Justice Nariman considered an authority in this field, said that the decisions by the CCI and the NCPT were bad in law. He opined, “There is no doubt that the approval to the resolution plan of AGI by the CoC and the Adjudicating Authority would be contrary to law, in as much as, it is clear that AGI was declared a successful resolution applicant on 28.10.2022, whereas conditional approval from the Commission was obtained only on 15.03.2023”. 

Conclusion

Based on the opinions of several prominent legal luminaries and the facts of the case, it would seem that the CCI has not followed due process and passed the AGI plan in contravention of the law. Several questions arise out of the alleged conduct by the CCI. 

  1. Why did the CCI believe that it had to pass the order urgently even without the quorum being present? 
  2. Why did CCI not independently verify the data submitted by AGI in its order dated March 15, 2023? Why did the CCI not take steps to assess the reliability of the data?
  3. The CCI in its order acknowledged that prima facie, the combination of AGI and HNG would lead to AAEC. If that was the conclusion by CCI, why was conditional approval granted to AGI, that too, on the basis of the divestment of a plant that belonged to HNG – which AGI had not acquired yet? 
  4. How can the CCI approval for HNGIL be based on a capacity of 2325 TPD when a document from RP, presumably reviewed during the approval process, clearly states 2625 TPD?
  5. AGI Greenpac allegedly misrepresented its installed capacity to the Competition Commission of India (CCI) during an assessment period. Why has action not been initiated by the CCI against the errant party? 
  6. Does the Competition Commission of India’s (CCI) approval of divesting the Rishikesh plant, which contributes only 8% to sales, adequately address its own finding of an 80-85% market concentration in the F&B sector after the merger?
  7. Why did the CCI focus on the operational capacity while granting conditional approval rather than operational capacity? In the past, the CCI has categorically focussed on the installed capacity to evaluate if a combination leads to AAEC or not. In the JSW-Neo Energy case, for example, the CCI had based its evaluation on Installed/Rated capacity to calculate Market share and AAEC. In this order, CCI has also considered additional capacity to be added over and above-installed capacity. In the Holicim-Lafarge combination as well, the CCI depended on the installed/rated capacity to calculate market share and whether the combination would lead to AAEC. If in the past, the CCI has focussed on one method of evaluation, why was the method changed in the case of AGI-HNG? 
  8. Why did the CCI not give a show-cause notice to AGI and HNG as per the law? 
  9. Why has the CCI gone to court to challenge the petition by INSCO against the approval which was given without quorum? Are there other cases where combinations have been approved without the necessary quorum? 

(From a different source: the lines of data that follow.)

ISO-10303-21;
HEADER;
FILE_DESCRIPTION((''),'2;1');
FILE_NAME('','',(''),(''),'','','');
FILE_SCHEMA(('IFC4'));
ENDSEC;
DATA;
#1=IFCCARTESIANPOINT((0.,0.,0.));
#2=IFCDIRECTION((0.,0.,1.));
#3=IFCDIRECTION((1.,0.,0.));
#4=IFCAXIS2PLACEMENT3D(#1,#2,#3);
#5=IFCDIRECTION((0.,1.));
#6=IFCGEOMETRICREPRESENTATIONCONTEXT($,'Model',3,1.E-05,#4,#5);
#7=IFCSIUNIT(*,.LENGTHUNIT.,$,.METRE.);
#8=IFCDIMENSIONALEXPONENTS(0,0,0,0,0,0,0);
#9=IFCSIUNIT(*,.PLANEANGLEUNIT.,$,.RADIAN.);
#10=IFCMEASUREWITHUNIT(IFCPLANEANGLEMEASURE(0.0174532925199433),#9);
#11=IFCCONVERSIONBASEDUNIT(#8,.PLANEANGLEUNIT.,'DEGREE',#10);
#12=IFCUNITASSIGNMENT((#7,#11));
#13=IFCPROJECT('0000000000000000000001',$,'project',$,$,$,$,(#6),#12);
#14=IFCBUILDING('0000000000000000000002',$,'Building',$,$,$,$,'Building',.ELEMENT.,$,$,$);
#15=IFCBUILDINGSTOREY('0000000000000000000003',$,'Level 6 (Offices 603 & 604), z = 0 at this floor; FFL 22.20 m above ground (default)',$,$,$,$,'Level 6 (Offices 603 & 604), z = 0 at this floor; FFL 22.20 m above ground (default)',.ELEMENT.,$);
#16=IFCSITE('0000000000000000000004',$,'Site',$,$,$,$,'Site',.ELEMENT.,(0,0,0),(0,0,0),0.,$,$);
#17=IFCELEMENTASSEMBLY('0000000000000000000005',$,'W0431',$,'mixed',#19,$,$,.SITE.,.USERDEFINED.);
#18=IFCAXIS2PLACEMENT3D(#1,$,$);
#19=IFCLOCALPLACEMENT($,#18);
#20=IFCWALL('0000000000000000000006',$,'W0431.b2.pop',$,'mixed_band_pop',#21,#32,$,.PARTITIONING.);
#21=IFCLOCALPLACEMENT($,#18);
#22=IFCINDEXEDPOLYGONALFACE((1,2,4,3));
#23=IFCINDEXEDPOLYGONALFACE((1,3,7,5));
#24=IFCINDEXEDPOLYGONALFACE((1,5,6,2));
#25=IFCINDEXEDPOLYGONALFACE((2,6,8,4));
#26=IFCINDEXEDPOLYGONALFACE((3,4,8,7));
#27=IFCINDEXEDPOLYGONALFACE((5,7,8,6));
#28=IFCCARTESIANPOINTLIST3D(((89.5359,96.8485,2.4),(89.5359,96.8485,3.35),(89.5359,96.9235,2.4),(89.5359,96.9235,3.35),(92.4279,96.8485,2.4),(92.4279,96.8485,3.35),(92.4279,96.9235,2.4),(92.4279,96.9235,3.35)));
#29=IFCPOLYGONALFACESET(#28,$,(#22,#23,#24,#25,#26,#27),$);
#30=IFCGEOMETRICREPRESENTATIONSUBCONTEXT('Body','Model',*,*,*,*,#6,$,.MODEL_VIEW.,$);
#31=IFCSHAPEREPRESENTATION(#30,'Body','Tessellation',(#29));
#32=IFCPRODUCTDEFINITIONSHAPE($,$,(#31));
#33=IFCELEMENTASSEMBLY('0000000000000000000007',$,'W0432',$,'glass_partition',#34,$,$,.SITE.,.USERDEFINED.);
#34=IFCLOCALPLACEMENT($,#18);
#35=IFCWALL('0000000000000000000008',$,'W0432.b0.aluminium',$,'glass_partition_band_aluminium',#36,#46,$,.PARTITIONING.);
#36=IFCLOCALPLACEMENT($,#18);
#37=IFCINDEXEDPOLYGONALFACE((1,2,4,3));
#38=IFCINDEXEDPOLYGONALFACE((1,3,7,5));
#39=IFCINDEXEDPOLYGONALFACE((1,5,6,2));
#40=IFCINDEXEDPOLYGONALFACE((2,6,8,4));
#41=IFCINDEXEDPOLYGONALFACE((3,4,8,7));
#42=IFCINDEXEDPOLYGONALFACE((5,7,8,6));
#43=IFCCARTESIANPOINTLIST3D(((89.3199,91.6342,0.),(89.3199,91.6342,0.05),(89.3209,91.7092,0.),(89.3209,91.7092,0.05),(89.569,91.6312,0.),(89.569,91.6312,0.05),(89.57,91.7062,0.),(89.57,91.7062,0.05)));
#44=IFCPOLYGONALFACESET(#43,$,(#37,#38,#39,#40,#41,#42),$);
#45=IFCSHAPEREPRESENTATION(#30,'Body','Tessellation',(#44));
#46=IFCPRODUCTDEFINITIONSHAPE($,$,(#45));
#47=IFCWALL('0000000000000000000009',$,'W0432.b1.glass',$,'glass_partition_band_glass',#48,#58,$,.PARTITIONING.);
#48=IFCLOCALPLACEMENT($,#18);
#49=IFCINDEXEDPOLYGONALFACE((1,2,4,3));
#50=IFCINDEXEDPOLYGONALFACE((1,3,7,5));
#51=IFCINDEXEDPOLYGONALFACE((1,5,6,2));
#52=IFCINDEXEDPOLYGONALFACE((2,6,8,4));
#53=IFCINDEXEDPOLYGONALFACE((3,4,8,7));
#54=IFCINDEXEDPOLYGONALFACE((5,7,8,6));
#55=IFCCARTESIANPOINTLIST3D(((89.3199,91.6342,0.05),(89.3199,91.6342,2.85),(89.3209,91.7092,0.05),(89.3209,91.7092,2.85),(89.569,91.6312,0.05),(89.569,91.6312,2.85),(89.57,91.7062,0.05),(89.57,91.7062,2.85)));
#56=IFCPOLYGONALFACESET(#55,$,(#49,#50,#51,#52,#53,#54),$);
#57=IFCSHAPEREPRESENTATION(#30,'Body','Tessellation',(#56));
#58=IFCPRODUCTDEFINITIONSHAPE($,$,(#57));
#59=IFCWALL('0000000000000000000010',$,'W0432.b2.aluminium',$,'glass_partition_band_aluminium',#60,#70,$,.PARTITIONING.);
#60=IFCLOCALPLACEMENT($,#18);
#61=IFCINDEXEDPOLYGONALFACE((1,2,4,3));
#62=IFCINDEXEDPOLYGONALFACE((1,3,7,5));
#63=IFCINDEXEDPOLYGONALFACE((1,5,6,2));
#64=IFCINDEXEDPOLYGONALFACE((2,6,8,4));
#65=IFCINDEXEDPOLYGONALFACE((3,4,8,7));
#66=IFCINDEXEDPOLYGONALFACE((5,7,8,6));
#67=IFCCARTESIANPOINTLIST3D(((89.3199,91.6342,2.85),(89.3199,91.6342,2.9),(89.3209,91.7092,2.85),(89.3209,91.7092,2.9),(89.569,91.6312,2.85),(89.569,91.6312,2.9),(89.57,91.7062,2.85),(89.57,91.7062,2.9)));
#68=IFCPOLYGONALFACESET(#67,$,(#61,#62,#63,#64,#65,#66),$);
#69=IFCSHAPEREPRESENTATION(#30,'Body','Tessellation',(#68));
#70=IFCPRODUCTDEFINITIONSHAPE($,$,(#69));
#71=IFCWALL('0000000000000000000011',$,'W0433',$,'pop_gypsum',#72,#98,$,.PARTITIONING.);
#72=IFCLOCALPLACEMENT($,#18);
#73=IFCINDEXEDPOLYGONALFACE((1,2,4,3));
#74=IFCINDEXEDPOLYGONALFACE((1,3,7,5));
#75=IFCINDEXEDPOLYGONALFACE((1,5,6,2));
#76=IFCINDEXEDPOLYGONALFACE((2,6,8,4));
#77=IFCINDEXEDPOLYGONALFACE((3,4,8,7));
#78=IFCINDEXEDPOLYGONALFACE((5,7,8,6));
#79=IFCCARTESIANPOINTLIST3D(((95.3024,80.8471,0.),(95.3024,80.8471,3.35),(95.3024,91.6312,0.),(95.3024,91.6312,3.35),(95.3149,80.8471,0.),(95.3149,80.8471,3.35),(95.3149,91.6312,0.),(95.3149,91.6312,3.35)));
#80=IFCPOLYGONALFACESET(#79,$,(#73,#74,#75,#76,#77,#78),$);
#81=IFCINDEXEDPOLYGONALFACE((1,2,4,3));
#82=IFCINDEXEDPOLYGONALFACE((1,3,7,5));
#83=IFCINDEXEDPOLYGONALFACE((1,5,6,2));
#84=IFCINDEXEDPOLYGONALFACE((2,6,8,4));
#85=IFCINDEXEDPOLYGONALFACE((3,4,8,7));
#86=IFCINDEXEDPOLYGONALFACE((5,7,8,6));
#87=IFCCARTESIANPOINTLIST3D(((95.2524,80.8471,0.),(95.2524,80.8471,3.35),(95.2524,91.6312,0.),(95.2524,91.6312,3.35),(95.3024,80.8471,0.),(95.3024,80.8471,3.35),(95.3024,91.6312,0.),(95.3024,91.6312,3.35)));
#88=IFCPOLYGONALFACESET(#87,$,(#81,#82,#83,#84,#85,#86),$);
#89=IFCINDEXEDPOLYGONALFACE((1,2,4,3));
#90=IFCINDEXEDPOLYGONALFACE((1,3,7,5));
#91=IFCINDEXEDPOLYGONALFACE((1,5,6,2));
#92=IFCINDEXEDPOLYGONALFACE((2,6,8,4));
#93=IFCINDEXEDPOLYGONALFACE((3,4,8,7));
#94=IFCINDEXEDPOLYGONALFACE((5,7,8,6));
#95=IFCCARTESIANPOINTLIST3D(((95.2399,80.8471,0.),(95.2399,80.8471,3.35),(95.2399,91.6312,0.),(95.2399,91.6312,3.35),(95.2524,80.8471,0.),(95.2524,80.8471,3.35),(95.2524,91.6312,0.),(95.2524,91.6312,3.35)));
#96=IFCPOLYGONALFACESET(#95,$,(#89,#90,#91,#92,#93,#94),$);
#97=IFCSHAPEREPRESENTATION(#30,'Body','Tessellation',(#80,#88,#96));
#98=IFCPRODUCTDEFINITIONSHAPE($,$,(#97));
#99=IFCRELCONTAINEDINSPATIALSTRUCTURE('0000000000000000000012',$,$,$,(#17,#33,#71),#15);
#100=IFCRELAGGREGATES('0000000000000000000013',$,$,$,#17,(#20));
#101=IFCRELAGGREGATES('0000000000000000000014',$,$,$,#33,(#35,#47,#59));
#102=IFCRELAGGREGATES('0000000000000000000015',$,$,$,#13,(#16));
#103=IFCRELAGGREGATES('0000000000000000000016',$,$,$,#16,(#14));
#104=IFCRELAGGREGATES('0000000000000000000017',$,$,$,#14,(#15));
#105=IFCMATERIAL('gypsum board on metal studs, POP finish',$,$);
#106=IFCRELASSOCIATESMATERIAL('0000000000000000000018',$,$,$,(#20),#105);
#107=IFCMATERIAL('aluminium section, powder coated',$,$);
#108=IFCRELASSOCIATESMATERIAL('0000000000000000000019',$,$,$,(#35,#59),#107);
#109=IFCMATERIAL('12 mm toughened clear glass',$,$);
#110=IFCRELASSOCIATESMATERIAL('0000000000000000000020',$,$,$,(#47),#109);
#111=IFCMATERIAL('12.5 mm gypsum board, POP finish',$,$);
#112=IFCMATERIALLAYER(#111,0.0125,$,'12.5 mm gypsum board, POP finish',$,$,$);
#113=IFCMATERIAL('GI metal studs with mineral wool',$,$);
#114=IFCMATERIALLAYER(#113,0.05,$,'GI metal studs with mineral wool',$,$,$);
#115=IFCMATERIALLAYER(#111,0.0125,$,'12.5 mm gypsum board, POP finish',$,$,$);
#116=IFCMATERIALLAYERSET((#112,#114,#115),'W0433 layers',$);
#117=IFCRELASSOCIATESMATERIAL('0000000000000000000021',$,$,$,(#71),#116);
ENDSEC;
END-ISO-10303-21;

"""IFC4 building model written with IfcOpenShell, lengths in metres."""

from ifc_helpers import new_model, entity, si_unit, converted_unit, direction, frame, frame_2d, origin_with_axes, place, context, subcontext, project, spatial, rectangle, extrude, material, layer, layer_set, layer_usage, element, aggregate, save


model = new_model("IFC4")

# Units and contexts
model_context = context("Model", 3, precision=1e-05, world=origin_with_axes(), true_north=direction((0.0, 1.0)))
body_context = subcontext(model_context, "Body", "Model", "MODEL_VIEW")
ifc_project = project(units=[si_unit("LENGTHUNIT", "METRE"), converted_unit("PLANEANGLEUNIT", "DEGREE", entity("IfcPlaneAngleMeasure", 0.0174532925199433), si_unit("PLANEANGLEUNIT", "RADIAN"), dimensions=[0, 0, 0, 0, 0, 0, 0])], contexts=[model_context])

# Site, building, storey
site = spatial("IfcSite", under=ifc_project, Name="Site", LongName="Site", CompositionType="ELEMENT", RefLatitude=(0, 0, 0), RefLongitude=(0, 0, 0), RefElevation=0.0)
building = spatial("IfcBuilding", under=site, Name="Building", LongName="Building", CompositionType="ELEMENT")
storey = spatial("IfcBuildingStorey", under=building, Name="Level 6 (Offices 603 & 604), z = 0 at this floor; FFL 22.20 m above ground (default)", LongName="Level 6 (Offices 603 & 604), z = 0 at this floor; FFL 22.20 m above ground (default)", CompositionType="ELEMENT")

# Element assemblies, walls
ifc_material_1 = material(Name="12 mm toughened clear glass")
placement = place(None, origin_with_axes())
ifc_material_2 = material(Name="aluminium section, powder coated")
ifc_material_3 = material(Name="gypsum board on metal studs, POP finish")
assembly_1 = element("IfcElementAssembly", 1, inside=storey, Name="W0431", ObjectType="mixed", AssemblyPlace="SITE", PredefinedType="USERDEFINED")
wall_1 = element("IfcWall", 2, at=placement, material=ifc_material_3, Name="W0431.b2.pop", ObjectType="mixed_band_pop", PredefinedType="PARTITIONING", context=body_context, shape_type="SweptSolid", body=[
    extrude(rectangle(XDim=2.892, YDim=0.075, at=frame_2d((0.0, 0.0), x_axis=(1.0, 0.0))), frame((90.9819, 96.886, 2.4), z_axis=(0.0, 0.0, 1.0), x_axis=(1.0, 0.0, 0.0)), (0.0, 0.0, 1.0), 0.95),
])
aggregate(assembly_1, [wall_1])
assembly_2 = element("IfcElementAssembly", 3, inside=storey, Name="W0432", ObjectType="glass_partition", AssemblyPlace="SITE", PredefinedType="USERDEFINED")
wall_2 = element("IfcWall", 4, at=placement, material=ifc_material_2, Name="W0432.b0.aluminium", ObjectType="glass_partition_band_aluminium", PredefinedType="PARTITIONING", context=body_context, shape_type="SweptSolid", body=[
    extrude(rectangle(XDim=0.2491, YDim=0.075, at=frame_2d((0.0, 0.0), x_axis=(0.999927, -0.012042))), frame((89.445, 91.6702, 0.0), z_axis=(0.0, 0.0, 1.0), x_axis=(1.0, 0.0, 0.0)), (0.0, 0.0, 1.0), 0.05),
])
wall_3 = element("IfcWall", 5, at=placement, material=ifc_material_1, Name="W0432.b1.glass", ObjectType="glass_partition_band_glass", PredefinedType="PARTITIONING", context=body_context, shape_type="SweptSolid", body=[
    extrude(rectangle(XDim=0.2491, YDim=0.075, at=frame_2d((0.0, 0.0), x_axis=(0.999927, -0.012042))), frame((89.445, 91.6702, 0.05), z_axis=(0.0, 0.0, 1.0), x_axis=(1.0, 0.0, 0.0)), (0.0, 0.0, 1.0), 2.8),
])
wall_4 = element("IfcWall", 6, at=placement, material=ifc_material_2, Name="W0432.b2.aluminium", ObjectType="glass_partition_band_aluminium", PredefinedType="PARTITIONING", context=body_context, shape_type="SweptSolid", body=[
    extrude(rectangle(XDim=0.2491, YDim=0.075, at=frame_2d((0.0, 0.0), x_axis=(0.999927, -0.012042))), frame((89.445, 91.6702, 2.85), z_axis=(0.0, 0.0, 1.0), x_axis=(1.0, 0.0, 0.0)), (0.0, 0.0, 1.0), 0.05),
])
aggregate(assembly_2, [wall_2, wall_3, wall_4])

The CCI is a body constituted as a barrier to monopolistic practices. It would seem that in this case, the core function of CCI was overlooked to facilitate the acquisition of HNG by AGI even though INSCO taking over HNG would create no contingencies or monopolistic practices.

The smooth functioning of the CCI is imperative to the IBC process – which is to promote healthy businesses, ensure the company remains a going concern, and safeguard the interest of creditors and also, of other smaller companies that may get affected by giants coming together.